For decades, Democratic and Republican administrations have reserved protections for citizens of countries in turmoil and deemed unsafe to return to. President Biden has expanded who can obtain this status, with the outbreak of war in Ukraine and instability in countries such as Venezuela and Haiti.

“These designations are rooted in careful review and interagency collaboration to ensure those affected by environmental disasters and instability have the protection they need while continuing to contribute meaningfully to our communities,” Alejandro Mayorkas, Secretary of Homeland Security, said in a statement.

Mr. Trump has mocked the program and vowed to end it, at least for some countries. Migrant advocates had been urging the Biden administration to extend it to many of those countries before he took office.

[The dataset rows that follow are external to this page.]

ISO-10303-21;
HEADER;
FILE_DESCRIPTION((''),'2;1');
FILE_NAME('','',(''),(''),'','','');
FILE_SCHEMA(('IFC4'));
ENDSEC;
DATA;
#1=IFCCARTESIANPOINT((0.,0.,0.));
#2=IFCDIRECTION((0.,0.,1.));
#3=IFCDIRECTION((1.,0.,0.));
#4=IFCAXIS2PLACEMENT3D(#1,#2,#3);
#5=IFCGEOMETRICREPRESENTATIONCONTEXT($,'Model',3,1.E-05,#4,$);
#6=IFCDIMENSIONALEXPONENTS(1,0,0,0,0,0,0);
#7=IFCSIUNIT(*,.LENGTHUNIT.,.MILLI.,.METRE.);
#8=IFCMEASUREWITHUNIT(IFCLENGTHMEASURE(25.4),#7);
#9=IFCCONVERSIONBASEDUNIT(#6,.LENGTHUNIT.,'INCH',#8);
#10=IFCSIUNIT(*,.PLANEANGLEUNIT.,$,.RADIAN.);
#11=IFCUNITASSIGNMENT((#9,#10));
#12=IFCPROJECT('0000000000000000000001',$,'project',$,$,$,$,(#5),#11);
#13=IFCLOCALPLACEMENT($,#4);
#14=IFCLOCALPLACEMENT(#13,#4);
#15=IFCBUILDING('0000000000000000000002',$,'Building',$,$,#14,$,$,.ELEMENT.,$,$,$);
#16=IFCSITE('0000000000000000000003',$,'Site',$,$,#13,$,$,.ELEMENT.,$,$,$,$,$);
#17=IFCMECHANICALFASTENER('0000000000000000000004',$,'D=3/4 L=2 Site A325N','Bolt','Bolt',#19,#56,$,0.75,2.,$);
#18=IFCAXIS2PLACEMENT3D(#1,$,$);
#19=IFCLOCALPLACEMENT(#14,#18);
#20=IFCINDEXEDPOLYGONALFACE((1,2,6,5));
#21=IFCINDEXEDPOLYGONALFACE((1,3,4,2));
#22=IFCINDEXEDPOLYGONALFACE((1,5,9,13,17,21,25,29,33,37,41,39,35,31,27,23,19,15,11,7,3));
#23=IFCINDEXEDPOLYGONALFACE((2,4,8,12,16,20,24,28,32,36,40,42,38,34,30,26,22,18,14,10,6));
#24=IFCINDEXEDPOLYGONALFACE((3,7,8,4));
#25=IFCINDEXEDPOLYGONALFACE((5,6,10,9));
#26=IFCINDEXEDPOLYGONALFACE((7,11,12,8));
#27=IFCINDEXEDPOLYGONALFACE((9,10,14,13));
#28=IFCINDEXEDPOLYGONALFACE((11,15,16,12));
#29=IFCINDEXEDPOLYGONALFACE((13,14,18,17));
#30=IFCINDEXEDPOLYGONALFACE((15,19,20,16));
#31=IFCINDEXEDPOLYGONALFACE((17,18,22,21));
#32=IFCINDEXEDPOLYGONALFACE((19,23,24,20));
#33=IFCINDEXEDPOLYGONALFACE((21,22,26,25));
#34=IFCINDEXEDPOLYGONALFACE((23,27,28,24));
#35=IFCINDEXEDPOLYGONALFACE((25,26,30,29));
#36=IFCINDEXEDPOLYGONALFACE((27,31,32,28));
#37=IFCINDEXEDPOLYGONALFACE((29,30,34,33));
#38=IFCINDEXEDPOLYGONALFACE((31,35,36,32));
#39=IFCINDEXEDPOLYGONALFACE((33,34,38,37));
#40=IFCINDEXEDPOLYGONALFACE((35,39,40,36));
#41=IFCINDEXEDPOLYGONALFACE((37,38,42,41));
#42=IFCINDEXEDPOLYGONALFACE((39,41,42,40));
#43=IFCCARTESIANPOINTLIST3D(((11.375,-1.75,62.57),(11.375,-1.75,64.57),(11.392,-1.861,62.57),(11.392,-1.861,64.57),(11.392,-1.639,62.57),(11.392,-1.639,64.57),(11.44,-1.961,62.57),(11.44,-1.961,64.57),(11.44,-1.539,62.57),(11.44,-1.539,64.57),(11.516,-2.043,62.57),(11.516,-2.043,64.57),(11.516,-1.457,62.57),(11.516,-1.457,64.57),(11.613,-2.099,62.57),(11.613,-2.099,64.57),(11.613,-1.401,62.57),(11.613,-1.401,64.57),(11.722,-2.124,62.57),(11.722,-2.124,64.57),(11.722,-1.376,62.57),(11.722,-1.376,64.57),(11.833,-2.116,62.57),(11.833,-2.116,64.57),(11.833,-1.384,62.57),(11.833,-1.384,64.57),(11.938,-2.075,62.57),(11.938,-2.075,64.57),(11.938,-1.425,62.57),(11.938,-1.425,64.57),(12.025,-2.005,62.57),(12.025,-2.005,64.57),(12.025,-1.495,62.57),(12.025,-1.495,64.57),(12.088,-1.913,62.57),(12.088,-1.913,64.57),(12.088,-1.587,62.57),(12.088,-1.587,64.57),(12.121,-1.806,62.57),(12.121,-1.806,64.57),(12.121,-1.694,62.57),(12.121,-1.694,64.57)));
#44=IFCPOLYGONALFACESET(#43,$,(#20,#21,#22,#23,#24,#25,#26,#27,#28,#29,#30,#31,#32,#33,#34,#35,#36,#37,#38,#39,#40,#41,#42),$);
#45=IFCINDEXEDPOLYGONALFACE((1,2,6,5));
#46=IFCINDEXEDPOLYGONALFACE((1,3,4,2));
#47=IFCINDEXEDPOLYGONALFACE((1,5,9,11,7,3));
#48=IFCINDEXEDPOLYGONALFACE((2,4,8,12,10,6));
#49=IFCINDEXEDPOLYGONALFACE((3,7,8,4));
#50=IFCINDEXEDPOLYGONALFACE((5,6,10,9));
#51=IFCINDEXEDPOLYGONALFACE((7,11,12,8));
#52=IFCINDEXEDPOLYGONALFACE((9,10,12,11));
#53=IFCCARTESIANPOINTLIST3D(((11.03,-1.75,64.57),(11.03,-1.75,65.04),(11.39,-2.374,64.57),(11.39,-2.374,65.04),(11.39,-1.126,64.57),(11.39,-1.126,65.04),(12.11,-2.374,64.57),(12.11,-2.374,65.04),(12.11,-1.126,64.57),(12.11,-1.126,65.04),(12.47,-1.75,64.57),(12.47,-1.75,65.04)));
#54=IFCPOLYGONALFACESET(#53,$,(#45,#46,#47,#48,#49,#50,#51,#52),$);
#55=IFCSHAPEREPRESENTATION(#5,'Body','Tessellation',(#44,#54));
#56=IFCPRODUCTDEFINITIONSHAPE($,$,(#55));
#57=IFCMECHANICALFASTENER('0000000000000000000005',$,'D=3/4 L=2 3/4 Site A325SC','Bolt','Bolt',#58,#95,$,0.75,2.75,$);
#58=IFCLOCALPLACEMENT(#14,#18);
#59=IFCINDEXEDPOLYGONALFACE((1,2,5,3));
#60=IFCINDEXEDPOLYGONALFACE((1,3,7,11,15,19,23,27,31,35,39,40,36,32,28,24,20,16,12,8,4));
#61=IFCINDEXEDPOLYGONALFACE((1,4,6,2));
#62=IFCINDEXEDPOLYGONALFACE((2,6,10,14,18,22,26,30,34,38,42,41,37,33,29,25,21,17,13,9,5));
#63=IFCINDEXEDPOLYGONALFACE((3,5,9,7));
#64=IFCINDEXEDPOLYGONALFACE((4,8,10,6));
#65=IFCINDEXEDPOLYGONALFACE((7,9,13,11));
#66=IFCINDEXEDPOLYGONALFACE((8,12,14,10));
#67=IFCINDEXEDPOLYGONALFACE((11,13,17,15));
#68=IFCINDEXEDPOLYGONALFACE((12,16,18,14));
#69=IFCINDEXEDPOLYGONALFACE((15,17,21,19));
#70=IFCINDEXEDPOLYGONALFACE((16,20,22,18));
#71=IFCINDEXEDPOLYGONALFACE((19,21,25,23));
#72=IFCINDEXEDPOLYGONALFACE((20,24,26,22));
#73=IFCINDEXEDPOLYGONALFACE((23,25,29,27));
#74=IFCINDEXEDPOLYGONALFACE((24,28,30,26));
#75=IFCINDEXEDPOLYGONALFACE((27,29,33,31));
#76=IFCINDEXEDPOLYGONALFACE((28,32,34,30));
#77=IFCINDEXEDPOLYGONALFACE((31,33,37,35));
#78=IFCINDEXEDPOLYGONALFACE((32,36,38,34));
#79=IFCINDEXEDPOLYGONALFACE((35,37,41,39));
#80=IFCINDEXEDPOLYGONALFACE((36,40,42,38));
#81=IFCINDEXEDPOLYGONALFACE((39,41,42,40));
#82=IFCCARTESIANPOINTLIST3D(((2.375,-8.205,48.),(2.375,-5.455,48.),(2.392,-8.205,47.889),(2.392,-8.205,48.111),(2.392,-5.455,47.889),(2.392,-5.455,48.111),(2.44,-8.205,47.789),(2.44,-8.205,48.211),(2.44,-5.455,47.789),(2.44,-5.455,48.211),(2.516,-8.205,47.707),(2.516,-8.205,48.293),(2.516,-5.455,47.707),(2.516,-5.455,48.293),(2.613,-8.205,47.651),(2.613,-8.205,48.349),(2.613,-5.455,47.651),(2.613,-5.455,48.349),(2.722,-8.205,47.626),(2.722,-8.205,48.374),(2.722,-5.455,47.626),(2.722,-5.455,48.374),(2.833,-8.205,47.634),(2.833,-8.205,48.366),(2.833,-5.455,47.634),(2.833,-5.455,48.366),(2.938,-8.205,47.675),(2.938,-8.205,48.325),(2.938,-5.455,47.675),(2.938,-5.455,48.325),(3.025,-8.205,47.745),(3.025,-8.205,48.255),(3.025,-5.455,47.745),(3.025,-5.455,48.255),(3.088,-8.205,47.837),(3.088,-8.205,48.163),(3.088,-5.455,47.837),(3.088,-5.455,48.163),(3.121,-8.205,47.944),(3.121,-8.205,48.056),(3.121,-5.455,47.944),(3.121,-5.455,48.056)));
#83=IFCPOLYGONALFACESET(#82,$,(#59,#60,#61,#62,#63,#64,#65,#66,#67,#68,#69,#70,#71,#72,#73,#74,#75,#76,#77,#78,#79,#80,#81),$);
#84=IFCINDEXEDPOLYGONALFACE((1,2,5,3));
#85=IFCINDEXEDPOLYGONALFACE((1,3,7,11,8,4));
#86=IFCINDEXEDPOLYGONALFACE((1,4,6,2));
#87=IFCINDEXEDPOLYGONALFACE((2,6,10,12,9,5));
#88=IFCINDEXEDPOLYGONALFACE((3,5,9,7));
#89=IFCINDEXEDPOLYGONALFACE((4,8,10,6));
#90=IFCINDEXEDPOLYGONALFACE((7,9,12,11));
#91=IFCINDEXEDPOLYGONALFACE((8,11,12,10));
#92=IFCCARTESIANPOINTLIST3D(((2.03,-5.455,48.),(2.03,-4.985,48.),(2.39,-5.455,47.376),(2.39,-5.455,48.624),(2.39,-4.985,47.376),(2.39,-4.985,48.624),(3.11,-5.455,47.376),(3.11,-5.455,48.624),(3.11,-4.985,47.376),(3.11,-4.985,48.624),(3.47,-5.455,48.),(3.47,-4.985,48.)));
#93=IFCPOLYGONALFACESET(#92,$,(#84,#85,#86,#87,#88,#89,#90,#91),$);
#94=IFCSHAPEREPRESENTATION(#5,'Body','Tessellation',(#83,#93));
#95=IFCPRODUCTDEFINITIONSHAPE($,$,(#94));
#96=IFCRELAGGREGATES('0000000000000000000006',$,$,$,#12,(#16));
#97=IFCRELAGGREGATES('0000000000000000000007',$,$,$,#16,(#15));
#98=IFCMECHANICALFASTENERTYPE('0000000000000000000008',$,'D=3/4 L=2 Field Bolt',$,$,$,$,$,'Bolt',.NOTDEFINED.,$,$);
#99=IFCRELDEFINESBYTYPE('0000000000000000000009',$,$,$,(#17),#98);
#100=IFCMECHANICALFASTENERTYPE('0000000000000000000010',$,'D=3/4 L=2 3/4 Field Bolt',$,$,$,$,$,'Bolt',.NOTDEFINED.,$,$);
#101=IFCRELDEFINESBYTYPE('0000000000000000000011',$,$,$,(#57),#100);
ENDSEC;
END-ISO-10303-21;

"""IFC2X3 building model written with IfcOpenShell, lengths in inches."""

from ifc_helpers import new_model, entity, si_unit, converted_unit, frame, origin_with_axes, origin_2d_with_axis, place, context, project, spatial, polyline, circle, outline, extrude, source, transform, mapped, type_object, type_shapes, element, save


model = new_model("IFC2X3")

# Units and contexts
model_context = context("Model", 3, precision=1e-05, world=origin_with_axes())
ifc_project = project(units=[converted_unit("LENGTHUNIT", "INCH", entity("IfcLengthMeasure", 25.4), si_unit("LENGTHUNIT", "METRE", prefix="MILLI"), dimensions=[1, 0, 0, 0, 0, 0, 0]), si_unit("PLANEANGLEUNIT", "RADIAN")], contexts=[model_context])

# Site, building
site_placement = place(None, origin_with_axes())
site = spatial("IfcSite", under=ifc_project, at=site_placement, Name="Site", CompositionType="ELEMENT")
building_placement = place(site_placement, origin_with_axes())
building = spatial("IfcBuilding", under=site, at=building_placement, Name="Building", CompositionType="ELEMENT")

# Shared definitions
assembly_1_placement = place(building_placement, frame((14.0, 0.0, 49.0), z_axis=(0.0, -1.0, 0.0), x_axis=(0.0, 0.0, 1.0)))

# Mechanical fasteners
mechanical_fastener_type_1 = type_object("IfcMechanicalFastenerType", Name="D=3/4 L=2 Field Bolt", ElementType="Bolt")
shared_shape_1 = source(origin_with_axes(), model_context, "Body", "SweptSolid", [
    extrude(circle(Radius=0.375, at=origin_2d_with_axis()), frame((0.0, 0.0, 0.0), z_axis=(1.0, 0.0, 0.0), x_axis=(0.0, 1.0, 0.0)), (0.0, 0.0, 1.0), 2.0),
    extrude(outline(polyline([(-0.72, 0.0), (-0.36, 0.624), (0.36, 0.624), (0.72, 0.0), (0.36, -0.624), (-0.36, -0.624), (-0.72, 0.0)])), frame((0.0, 0.0, 0.0), z_axis=(1.0, 0.0, 0.0), x_axis=(0.0, 1.0, 0.0)), (0.0, 0.0, -1.0), 0.47),
])
type_shapes(mechanical_fastener_type_1, [shared_shape_1])
placement_1 = place(assembly_1_placement, frame((15.57, 2.25, -1.75), z_axis=(0.0, 0.0, -1.0), x_axis=(-1.0, 0.0, 0.0)))
mechanical_fastener_1_placement = place(placement_1, frame((0.0, 0.0, -3.5), z_axis=(0.0, 0.0, 1.0), x_axis=(1.0, 0.0, 0.0)))
element("IfcMechanicalFastener", 1, at=mechanical_fastener_1_placement, type_object=mechanical_fastener_type_1, Name="D=3/4 L=2 Site A325N", Description="Bolt", ObjectType="Bolt", NominalDiameter=0.75, NominalLength=2.0, context=model_context, shape_type="MappedRepresentation", body=[
    mapped(shared_shape_1, transform((0.0, 0.0, 0.0), scale=1.0)),
])
mechanical_fastener_type_2 = type_object("IfcMechanicalFastenerType", Name="D=3/4 L=2 3/4 Field Bolt", ElementType="Bolt")
shared_shape_2 = source(origin_with_axes(), model_context, "Body", "SweptSolid", [
    extrude(circle(Radius=0.375, at=origin_2d_with_axis()), frame((0.0, 0.0, 0.0), z_axis=(1.0, 0.0, 0.0), x_axis=(0.0, 1.0, 0.0)), (0.0, 0.0, 1.0), 2.75),
    extrude(outline(polyline([(-0.72, 0.0), (-0.36, 0.624), (0.36, 0.624), (0.72, 0.0), (0.36, -0.624), (-0.36, -0.624), (-0.72, 0.0)])), frame((0.0, 0.0, 0.0), z_axis=(1.0, 0.0, 0.0), x_axis=(0.0, 1.0, 0.0)), (0.0, 0.0, -1.0), 0.47),
])
type_shapes(mechanical_fastener_type_2, [shared_shape_2])
placement_2 = place(building_placement, frame((0.0, 0.0, 46.0), z_axis=(0.0, 0.0, 1.0), x_axis=(0.0, -1.0, 0.0)))
placement_3 = place(placement_2, frame((5.455, -2.75, 2.0), z_axis=(0.0, 0.0, -1.0), x_axis=(1.0, 0.0, 0.0)))
mechanical_fastener_2_placement = place(placement_3, frame((0.0, -5.5, 0.0), z_axis=(0.0, 0.0, 1.0), x_axis=(1.0, 0.0, 0.0)))
element("IfcMechanicalFastener", 2, at=mechanical_fastener_2_placement, type_object=mechanical_fastener_type_2, Name="D=3/4 L=2 3/4 Site A325SC", Description="Bolt", ObjectType="Bolt", NominalDiameter=0.75, NominalLength=2.75, context=model_context, shape_type="MappedRepresentation", body=[
    mapped(shared_shape_2, transform((0.0, 0.0, 0.0), scale=1.0)),
])

save(model, "model.ifc")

In his first term, Trump ended status for about 400,000 people from El Salvador and other countries, then faced legal challenges.

According to the Congressional Research Service, more than 1 million immigrants from countries in Latin America, the Caribbean, Africa, and the Middle East have temporary protected status as of 2024.

The move makes it legally difficult for Mr. Trump to roll back protections for citizens of the four countries, at least until they expire sometime in 2026.

“Because President Biden has expanded protections for citizens of all of these countries, President Trump will not be able to deport these individuals anytime soon,” said Steve Yale Loehr, an immigration researcher at Cornell Law School.

“Trump cannot ignore what Congress wrote into law in 1990,” he said.

About 600,000 Venezuelans who currently enjoy protection will be allowed to renew and remain in the United States until October 2026, and about 232,000 immigrants from El Salvador will be able to do so. More than 100,000 Ukrainians will be able to stay in the United States until August 2026. About 1,900 people from Sudan will also be allowed to renew their status.

The program was signed into law by President George H.W. Bush to ensure that foreign nationals already in the United States can remain in the country if it is not safe for them to return to their home country due to a natural disaster, armed conflict, or other unrest. .

During the campaign, Vice President-elect J.D. Vance called the program illegal when he criticized Haitians who had settled in his home state of Ohio and benefited from it. Haiti is witnessing political unrest and gang violence, and about 200,000 of its citizens are protected from deportation under the temporary protection system until early 2026.

“We will stop providing block grants for temporary protected status,” Mr. Vance said in October.

Critics say that temporary protection is frequently extended and serves as a de facto means of enabling people to remain in the country indefinitely, as opposed to its intention to be a short-term solution.

Although the program has become almost permanent for many immigrants, it also highlights the extent of turmoil in many parts of the world and the failure of Congress to pass legislation to modernize the US immigration system to meet contemporary global immigration realities.

Immigrants from several countries, incl El Salvador, Honduras and Nicaragua, They have been eligible for protection for more than two decades. Other countries, such as Ethiopia, Lebanon and Syria, were added recently.

Gonzalo Roa, 43, a Venezuelan beneficiary, said he was worried about the fate of the program.

“It’s great news that it’s being renovated,” said Mr. Roa, who lives in Columbus, Ohio. He works at a car dealership and runs a small restaurant with his wife.

Without temporary status, Mr. Roa said, he would lose his job at the agency and his two Venezuelan-born children would not be eligible for college scholarships and other benefits that require legal status.